Correct Dose of Anti-Clotting Rx in Elderly Continues to Elude

Correct Dose of Anti-Clotting Rx in Elderly Continues to Elude
Correct Dose of Anti-Clotting Rx in Elderly Continues to Elude

(HealthDay News) – There are no differences in ischemic or bleeding outcomes with reduced-dose prasugrel vs. clopidogrel in elderly patients with acute coronary syndromes (ACS), according to a study published in the Aug. 20 issue of Circulation.

Matthew T. Roe, MD, from the Duke Clinical Research Institute in Durham, NC, and colleagues randomized 9,326 (7,243 <75 years) medically managed ACS patients participating in the TRILOGY ACS (Targeted Platelet Inhibition to Clarify the Optimal Strategy to Medically Manage Acute Coronary Syndromes ) trial to prasugrel (10mg/d; 5mg/d for those ≥75 years or <75 years and <60kg) or clopidogrel (75mg/d), plus aspirin, for ≤30 months. In a platelet-function sub-study (PFS), 515 patients ≥75 years had serial platelet reactivity unit (PRU) measurements.

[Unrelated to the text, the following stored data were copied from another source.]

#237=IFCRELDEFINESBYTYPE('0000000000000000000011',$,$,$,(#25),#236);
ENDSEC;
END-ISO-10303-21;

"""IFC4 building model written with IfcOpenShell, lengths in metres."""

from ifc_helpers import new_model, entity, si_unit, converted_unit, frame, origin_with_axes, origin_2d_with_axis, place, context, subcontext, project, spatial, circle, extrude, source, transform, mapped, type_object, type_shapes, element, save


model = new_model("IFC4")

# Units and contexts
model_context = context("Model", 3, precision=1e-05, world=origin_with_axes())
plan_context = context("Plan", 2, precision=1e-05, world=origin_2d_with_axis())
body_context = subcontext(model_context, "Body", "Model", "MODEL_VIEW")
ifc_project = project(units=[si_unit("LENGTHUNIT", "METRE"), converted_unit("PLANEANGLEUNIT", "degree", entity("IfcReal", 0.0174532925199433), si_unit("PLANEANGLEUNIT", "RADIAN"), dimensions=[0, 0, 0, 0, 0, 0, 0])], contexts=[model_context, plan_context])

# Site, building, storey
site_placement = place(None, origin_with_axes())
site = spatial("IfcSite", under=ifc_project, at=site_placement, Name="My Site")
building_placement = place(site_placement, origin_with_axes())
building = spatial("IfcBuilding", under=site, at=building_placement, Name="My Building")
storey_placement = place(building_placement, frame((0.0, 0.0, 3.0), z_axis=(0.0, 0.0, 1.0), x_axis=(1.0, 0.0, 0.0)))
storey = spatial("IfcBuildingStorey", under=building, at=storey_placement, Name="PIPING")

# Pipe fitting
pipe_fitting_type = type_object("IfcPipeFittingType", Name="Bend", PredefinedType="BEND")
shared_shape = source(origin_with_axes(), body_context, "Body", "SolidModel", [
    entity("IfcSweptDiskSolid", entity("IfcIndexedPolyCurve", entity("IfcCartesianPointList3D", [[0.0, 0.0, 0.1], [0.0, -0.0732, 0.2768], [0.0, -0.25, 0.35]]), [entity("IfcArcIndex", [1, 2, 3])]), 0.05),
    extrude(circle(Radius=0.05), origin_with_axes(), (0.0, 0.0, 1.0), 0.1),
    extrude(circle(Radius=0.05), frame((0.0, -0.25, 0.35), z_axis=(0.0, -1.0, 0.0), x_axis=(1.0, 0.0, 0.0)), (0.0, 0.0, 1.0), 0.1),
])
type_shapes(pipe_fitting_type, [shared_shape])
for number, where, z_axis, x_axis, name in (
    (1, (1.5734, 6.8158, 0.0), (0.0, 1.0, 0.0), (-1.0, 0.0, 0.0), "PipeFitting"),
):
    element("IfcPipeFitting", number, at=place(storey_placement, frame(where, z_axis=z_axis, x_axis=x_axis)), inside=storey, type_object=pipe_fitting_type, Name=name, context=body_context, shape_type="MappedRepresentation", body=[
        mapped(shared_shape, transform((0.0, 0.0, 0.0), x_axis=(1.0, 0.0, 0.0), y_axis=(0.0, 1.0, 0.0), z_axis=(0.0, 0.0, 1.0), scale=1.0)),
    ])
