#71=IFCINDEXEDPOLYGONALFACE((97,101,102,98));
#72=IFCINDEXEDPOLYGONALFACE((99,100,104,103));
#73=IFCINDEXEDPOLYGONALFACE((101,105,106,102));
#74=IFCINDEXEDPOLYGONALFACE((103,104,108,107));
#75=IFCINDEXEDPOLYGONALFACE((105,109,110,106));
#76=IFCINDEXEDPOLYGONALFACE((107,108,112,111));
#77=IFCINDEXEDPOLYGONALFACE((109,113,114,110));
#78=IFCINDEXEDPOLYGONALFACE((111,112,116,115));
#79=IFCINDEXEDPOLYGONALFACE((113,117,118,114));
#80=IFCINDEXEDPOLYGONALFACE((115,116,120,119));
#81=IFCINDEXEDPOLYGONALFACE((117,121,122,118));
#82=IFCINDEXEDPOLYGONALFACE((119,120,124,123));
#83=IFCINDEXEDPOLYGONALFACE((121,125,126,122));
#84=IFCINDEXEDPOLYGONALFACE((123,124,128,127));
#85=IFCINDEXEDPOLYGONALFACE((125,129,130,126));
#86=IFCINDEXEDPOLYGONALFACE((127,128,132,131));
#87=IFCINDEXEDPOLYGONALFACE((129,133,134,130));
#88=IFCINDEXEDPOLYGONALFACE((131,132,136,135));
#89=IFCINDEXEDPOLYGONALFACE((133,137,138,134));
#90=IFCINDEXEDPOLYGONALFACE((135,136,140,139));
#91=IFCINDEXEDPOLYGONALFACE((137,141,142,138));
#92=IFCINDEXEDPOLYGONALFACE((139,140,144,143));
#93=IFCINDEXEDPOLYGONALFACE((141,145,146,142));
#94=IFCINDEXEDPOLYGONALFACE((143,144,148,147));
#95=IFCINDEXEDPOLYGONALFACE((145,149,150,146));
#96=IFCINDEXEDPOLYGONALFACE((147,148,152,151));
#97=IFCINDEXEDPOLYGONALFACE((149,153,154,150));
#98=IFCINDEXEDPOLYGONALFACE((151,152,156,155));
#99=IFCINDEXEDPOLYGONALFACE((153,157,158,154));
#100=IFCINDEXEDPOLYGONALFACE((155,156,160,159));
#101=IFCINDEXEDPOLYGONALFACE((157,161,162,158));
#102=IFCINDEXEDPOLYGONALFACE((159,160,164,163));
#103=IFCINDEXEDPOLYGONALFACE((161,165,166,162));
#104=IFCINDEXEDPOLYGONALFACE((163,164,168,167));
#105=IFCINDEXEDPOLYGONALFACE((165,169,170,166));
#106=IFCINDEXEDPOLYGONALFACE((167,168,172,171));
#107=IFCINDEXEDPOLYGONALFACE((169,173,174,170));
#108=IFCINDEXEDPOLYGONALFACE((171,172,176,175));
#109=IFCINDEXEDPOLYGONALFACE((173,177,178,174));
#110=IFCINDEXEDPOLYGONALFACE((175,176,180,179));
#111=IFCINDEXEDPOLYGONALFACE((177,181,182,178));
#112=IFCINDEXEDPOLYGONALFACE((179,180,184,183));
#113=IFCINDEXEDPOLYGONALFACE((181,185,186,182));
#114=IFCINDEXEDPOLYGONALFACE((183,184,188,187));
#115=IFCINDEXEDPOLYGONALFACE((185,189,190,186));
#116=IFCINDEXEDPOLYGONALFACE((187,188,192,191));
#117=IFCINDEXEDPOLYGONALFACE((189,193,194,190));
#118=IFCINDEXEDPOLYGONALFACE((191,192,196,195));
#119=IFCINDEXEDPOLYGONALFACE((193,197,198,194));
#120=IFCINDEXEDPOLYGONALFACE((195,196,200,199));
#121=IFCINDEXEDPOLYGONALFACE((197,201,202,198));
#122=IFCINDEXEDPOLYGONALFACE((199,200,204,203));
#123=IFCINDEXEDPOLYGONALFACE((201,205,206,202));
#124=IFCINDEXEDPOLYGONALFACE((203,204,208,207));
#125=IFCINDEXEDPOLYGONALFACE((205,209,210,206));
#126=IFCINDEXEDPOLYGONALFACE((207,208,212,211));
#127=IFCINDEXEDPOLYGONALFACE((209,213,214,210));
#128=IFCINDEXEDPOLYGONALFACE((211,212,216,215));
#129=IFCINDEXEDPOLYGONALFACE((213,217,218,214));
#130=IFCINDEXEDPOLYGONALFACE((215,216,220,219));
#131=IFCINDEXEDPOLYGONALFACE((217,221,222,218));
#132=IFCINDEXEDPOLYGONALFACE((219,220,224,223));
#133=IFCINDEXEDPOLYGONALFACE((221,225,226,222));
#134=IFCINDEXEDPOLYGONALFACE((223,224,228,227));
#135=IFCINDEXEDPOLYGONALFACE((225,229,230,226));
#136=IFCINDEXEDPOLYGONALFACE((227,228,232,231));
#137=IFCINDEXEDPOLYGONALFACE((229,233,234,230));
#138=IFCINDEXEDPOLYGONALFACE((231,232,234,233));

The researchers found that cumulative risks of the primary end point (cardiovascular death/myocardial infarction/stroke) and TIMI (thrombolysis in myocardial infarction) major bleeding increased with age, with more than a two-fold higher risk in older participants. In patients over 75 years, reduced-dose prasugrel and clopidogrel had similar primary end point rates and similar TIMI-major bleeding (4.1% and 3.4% for prasugrel and clopidogrel, respectively; hazard ratio, 1.09; 95% confidence interval, 0.57–2.08). There was a non-significant treatment-by-weight interaction for PRU values among participants over 75 years in the PFS (P=0.06), despite a correlation between lower 30-day on-treatment PRU values and lower weight in the prasugrel group. After analyzing data from all patients over 75 years, no differences in weight were noted between those with and those without TIMI major/minor bleeding.

"Older age is associated with substantially increased long-term cardiovascular risk and bleeding among medically managed ACS patients, with no differences in ischemic or bleeding outcomes with reduced-dose prasugrel vs.  clopidogrel in elderly patients," the authors write.

Several authors disclosed financial ties to pharmaceutical companies, including Eli Lilly and Daiichi Sankyo, both of which funded the study.